3. Après l'ajout des contacts, allez dans Réglages>> Accueil>> Clavier>> Japon>> choisir QWERTY:





4. Pour insérer un sourire dans le SMS, cliquez sur globe (qui se trouve entre la barre d'espace et le 123) sur le clavier jusqu'à ce que la langue japonaise (en clavier QWERTY, mais vous remarquerais que le barre d'espace est ecris en japonais), et ensuite ecrire le mots "emojia" ou "emojii" ou encore "emojiu", pour sélectionner l'icône de son expression:




PS: Pour ceux qui veulent bleufer les nanas avec la langue russe, le sms dit "La 5 éme saison de "Lost" est sortie. Vient, j'ai quelque saison" 

Source: Gizmodo


----------



## Anonyme (24 Janvier 2009)

Merci pour l'info.
Mais il me semble que seul les téléphones ayant la banque de smileys peuvent les lire.
Au japon tout les téléphones en sont équipés mais en Europe ou en Russie, c'est peu probable.


----------



## mistermagic (24 Janvier 2009)

Khyu a dit:


> Merci pour l'info.
> Mais il me semble que seul les téléphones ayant la banque de smileys peuvent les lire.
> Au japon tout les téléphones en sont équipés mais en Europe ou en Russie, c'est peu probable.

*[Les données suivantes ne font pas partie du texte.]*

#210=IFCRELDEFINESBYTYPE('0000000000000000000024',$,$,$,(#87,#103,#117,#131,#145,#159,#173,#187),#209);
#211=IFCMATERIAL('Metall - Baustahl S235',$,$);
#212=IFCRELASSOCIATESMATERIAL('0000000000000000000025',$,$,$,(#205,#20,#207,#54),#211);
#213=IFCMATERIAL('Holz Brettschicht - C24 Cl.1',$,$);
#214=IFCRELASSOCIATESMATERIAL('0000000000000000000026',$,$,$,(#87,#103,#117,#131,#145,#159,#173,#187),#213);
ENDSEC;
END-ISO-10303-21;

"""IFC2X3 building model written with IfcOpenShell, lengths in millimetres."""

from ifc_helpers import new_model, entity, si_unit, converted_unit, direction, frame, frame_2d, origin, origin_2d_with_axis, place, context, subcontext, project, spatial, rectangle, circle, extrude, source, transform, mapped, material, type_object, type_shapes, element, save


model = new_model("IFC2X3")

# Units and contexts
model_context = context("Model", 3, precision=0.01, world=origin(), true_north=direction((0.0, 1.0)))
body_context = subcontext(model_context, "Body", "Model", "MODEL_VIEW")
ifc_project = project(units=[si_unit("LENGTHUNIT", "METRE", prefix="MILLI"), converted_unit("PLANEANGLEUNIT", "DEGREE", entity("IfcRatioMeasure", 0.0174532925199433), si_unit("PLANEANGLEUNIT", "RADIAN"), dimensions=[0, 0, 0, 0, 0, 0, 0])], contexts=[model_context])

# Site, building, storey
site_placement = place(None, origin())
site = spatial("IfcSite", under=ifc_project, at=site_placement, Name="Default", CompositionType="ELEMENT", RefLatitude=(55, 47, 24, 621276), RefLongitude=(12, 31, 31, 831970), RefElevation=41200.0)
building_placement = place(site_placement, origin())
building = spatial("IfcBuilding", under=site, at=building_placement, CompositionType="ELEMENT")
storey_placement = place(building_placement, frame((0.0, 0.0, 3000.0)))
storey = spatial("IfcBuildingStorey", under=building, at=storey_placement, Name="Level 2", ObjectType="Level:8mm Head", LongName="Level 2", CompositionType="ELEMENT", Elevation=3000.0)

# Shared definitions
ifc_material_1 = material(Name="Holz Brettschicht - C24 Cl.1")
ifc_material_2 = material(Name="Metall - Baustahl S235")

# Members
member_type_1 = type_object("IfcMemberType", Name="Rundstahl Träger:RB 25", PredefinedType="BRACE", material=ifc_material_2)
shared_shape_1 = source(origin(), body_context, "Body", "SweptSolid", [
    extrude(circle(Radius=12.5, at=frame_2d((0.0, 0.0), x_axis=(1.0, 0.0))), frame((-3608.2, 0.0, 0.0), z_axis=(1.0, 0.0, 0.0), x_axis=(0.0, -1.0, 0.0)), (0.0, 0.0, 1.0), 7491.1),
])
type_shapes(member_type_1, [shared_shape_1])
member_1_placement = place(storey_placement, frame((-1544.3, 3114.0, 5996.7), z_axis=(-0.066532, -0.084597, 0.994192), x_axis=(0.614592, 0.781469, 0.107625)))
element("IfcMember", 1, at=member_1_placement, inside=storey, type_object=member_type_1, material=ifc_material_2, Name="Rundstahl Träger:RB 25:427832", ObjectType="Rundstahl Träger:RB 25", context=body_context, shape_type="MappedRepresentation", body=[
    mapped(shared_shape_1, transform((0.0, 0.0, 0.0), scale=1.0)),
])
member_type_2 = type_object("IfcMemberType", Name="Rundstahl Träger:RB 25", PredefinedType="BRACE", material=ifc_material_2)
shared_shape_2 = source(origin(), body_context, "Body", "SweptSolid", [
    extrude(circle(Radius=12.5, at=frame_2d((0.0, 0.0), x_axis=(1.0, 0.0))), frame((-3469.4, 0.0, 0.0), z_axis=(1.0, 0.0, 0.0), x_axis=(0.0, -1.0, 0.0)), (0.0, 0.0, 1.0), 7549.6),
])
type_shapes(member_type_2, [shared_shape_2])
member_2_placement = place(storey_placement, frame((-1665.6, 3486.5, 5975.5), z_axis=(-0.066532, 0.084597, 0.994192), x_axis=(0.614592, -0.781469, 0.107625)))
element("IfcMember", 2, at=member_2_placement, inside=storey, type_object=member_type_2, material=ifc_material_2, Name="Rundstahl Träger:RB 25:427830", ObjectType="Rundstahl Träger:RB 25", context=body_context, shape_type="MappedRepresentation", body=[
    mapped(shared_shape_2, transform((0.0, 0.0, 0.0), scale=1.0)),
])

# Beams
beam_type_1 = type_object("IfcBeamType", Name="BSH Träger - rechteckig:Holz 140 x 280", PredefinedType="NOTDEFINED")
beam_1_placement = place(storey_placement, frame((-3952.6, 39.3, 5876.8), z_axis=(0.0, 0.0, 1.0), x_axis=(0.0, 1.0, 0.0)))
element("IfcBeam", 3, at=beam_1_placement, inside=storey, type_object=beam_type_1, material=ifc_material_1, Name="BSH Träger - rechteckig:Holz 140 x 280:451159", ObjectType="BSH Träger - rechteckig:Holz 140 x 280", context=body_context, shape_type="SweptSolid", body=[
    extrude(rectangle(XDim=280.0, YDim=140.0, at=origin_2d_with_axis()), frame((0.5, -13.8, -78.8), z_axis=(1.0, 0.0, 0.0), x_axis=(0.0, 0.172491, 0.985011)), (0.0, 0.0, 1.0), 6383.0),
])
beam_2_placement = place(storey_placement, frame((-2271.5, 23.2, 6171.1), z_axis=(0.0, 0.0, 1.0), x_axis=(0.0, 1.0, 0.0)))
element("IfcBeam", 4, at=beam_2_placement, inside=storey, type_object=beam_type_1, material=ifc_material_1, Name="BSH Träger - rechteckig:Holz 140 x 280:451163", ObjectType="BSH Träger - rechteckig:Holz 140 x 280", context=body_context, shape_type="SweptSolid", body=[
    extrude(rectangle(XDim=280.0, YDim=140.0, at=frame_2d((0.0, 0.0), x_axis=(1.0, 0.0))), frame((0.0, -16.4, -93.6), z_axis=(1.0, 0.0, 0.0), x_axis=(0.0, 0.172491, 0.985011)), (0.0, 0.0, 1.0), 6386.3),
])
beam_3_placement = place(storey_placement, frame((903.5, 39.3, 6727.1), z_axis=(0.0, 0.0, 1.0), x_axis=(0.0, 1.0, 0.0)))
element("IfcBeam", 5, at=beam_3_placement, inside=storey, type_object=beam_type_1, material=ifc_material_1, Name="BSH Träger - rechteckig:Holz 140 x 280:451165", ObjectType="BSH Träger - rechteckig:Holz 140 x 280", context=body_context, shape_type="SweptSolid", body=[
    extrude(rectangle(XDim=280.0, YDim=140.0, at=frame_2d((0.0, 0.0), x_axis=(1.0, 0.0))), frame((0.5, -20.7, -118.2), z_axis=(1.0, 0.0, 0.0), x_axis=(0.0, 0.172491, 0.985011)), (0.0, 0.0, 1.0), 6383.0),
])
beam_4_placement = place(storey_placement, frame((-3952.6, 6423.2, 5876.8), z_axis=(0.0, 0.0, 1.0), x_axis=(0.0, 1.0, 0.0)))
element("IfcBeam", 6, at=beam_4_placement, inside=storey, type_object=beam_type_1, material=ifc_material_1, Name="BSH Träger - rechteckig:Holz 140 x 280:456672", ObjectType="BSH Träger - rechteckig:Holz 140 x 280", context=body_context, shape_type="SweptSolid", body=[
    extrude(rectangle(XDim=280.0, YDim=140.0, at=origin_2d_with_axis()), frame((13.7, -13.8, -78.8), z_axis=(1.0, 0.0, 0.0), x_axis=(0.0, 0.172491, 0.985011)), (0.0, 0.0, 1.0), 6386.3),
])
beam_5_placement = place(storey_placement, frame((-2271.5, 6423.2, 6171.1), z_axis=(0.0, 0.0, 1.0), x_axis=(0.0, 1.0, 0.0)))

beh moi je l'ai essayer et maintenant je possède ces emojis. je l'ai voulais depuis très longtemps! mais, le fait de qu'il fallait Jailbreacker l'iPhone pour en avoir me freinais. 
Ces image viennent de mon iPhone 3G chez moi ils fonctionnent super bien
PS: iPhone 3G acheter en Belgique. Des l'ont essayer avec les iPhones acheter içi en russie et c'est OK!


----------



## Anonyme (24 Janvier 2009)

Je me suis mal exprimé. 

Si le destinataire de tes messages ne possède pas les emoji sur son téléphone, il ne pourra pas les lire.


----------



## mistermagic (24 Janvier 2009)

Khyu a dit:


> Je me suis mal exprimé.
> 
> Si le destinataire de tes messages ne possède pas les emoji sur son téléphone, il ne pourra pas les lire.



oui je confirme, car je vient de m'envoyer un sms sur mon iPhone V1 en 1.1.4 et cela afficher des carrés! 
sur un iPhone 3G avec un firmware 2.0 ou sup et/ou inf pas essayé donc essayer vous!


----------



## mistermagic (25 Janvier 2009)

je l'ai essayer avec un iPhone 3G et les Emoji fonctionnent super bien! )


----------



## profdejap (28 Février 2009)

L'application "spell number - emoji for FREE" de "Water Lou" sur l'App Store rempli aussi cette fonction gratuitement.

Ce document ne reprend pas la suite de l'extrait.